Collected data

———

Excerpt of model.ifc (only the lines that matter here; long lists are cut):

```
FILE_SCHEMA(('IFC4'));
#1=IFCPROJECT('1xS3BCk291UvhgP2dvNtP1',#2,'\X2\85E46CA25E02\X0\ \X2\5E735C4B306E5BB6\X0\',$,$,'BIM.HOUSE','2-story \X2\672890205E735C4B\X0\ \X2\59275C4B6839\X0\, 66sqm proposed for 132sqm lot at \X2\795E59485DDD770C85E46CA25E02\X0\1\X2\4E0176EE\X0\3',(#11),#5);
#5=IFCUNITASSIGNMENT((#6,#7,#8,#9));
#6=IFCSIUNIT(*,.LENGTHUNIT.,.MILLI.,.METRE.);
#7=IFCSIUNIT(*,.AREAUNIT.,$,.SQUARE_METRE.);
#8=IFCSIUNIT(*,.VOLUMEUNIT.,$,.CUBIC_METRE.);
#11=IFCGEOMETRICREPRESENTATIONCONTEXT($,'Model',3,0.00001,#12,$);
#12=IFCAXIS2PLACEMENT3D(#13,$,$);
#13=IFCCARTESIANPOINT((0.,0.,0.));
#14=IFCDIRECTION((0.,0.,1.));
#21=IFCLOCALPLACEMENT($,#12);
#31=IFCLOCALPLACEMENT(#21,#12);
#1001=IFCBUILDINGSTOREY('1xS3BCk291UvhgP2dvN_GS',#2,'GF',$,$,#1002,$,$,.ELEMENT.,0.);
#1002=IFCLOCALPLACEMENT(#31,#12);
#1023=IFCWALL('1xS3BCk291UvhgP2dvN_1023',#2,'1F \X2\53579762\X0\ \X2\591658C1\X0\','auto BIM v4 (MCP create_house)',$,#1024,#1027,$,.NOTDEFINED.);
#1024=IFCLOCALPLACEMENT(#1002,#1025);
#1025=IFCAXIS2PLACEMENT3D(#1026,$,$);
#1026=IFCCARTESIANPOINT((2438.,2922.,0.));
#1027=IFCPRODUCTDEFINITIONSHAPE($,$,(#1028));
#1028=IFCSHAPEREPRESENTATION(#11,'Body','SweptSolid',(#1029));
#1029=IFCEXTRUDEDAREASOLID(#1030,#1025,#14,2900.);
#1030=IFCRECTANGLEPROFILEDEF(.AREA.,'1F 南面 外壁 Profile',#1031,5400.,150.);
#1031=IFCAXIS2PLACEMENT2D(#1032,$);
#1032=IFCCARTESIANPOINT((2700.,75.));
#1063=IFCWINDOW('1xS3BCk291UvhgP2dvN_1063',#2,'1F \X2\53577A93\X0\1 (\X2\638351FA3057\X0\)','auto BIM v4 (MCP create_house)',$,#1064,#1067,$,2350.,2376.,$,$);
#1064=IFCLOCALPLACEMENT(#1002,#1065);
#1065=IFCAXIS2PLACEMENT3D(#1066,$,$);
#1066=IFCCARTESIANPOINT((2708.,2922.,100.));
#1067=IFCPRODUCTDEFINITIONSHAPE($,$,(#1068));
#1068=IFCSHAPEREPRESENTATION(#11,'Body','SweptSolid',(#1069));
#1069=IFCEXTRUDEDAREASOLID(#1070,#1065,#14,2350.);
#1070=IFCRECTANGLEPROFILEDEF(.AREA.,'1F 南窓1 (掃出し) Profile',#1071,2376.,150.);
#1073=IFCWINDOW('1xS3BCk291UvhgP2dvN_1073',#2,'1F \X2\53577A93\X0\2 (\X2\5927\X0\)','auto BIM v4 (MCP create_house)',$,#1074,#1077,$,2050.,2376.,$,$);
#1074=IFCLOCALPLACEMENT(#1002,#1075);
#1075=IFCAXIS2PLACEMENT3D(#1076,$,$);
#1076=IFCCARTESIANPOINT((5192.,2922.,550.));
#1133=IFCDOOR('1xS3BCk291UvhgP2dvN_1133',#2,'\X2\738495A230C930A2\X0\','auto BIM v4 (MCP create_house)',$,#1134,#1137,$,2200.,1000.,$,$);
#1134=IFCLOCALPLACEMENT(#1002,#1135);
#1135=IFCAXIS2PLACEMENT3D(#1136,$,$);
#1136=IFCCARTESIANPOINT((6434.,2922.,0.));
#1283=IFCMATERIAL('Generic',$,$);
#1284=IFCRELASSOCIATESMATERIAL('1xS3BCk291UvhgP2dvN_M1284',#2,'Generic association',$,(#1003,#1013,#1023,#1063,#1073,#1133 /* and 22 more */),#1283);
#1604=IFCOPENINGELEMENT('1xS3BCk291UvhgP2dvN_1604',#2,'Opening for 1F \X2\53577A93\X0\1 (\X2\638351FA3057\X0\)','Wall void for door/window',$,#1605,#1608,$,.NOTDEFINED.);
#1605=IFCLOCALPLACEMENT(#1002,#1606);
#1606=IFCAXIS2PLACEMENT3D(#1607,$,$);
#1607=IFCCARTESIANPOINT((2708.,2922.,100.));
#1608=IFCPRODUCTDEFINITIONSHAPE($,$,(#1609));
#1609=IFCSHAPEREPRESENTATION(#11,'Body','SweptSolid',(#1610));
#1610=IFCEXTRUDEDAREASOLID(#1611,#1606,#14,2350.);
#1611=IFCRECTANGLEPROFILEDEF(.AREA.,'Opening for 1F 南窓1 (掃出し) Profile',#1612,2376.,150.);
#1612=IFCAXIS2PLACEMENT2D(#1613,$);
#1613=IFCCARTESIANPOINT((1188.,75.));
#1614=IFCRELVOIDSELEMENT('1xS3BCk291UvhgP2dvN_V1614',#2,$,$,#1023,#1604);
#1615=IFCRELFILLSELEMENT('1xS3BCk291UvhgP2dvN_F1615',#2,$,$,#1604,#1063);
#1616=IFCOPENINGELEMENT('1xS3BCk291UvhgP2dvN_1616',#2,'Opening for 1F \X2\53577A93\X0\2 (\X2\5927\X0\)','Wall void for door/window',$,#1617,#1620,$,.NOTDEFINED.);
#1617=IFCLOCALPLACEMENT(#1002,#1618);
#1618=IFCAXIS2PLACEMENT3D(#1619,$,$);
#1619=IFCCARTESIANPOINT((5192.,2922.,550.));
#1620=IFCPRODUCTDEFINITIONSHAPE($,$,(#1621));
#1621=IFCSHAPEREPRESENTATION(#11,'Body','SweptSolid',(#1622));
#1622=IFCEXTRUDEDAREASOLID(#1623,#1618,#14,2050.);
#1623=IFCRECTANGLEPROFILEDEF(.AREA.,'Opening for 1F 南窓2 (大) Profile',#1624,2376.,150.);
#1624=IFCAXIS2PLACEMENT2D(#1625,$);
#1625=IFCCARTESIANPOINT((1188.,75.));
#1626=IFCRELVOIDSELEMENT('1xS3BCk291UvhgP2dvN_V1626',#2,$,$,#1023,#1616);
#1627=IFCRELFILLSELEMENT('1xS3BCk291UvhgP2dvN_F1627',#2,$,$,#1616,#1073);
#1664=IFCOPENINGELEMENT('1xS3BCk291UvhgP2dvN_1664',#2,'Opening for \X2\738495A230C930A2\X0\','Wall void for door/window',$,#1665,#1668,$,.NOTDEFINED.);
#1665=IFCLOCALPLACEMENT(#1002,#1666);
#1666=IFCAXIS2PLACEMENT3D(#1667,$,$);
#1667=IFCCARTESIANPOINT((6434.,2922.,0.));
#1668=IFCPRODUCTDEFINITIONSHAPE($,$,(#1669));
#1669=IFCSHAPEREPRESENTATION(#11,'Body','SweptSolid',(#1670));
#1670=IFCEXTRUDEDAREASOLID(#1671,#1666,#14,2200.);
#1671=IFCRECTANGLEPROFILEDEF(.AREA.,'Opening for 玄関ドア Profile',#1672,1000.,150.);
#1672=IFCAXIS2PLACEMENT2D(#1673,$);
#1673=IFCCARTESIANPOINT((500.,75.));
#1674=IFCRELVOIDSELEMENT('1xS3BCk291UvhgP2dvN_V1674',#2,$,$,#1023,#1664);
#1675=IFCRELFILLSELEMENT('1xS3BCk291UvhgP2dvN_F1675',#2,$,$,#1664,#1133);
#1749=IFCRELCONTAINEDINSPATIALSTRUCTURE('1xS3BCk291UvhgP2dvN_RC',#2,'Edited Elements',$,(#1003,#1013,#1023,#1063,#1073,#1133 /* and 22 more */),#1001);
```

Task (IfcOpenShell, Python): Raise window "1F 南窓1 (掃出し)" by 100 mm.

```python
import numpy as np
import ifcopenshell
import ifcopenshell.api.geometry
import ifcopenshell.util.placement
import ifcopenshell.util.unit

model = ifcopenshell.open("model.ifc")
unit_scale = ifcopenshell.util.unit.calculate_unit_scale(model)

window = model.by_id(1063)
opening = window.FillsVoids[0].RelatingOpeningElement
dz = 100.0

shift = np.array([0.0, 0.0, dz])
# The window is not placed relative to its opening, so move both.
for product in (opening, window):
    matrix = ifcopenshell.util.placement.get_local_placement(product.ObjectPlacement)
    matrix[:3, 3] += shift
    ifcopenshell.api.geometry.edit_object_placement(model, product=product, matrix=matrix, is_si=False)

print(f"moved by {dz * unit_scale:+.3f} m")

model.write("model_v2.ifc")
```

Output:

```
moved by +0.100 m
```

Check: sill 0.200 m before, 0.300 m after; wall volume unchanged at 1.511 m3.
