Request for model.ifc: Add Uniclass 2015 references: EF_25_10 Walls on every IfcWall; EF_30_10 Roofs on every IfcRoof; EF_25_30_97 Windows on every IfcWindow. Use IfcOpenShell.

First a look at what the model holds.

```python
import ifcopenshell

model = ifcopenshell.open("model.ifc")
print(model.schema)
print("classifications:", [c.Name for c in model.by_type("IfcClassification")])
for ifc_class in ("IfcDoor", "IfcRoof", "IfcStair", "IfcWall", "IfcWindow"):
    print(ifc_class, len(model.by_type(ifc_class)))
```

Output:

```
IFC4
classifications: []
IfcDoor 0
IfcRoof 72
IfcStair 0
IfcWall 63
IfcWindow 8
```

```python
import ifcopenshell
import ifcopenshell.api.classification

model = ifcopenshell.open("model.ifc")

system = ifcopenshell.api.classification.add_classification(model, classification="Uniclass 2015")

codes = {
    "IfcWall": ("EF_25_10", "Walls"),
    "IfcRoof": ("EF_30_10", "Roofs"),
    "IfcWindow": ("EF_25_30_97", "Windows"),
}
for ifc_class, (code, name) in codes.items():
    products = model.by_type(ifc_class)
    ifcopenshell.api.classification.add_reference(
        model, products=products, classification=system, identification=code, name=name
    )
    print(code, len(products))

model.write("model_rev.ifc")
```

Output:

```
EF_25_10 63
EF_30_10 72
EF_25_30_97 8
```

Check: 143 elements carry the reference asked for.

———

**Task objective**
Every line above that carries the string "IFCSHAPEREPRESENTATION" should be copied.

**Expected output**
#1028=IFCSHAPEREPRESENTATION(#11,'Body','SweptSolid',(#1029));
#1068=IFCSHAPEREPRESENTATION(#11,'Body','SweptSolid',(#1069));
#1609=IFCSHAPEREPRESENTATION(#11,'Body','SweptSolid',(#1610));
#1621=IFCSHAPEREPRESENTATION(#11,'Body','SweptSolid',(#1622));
#1669=IFCSHAPEREPRESENTATION(#11,'Body','SweptSolid',(#1670));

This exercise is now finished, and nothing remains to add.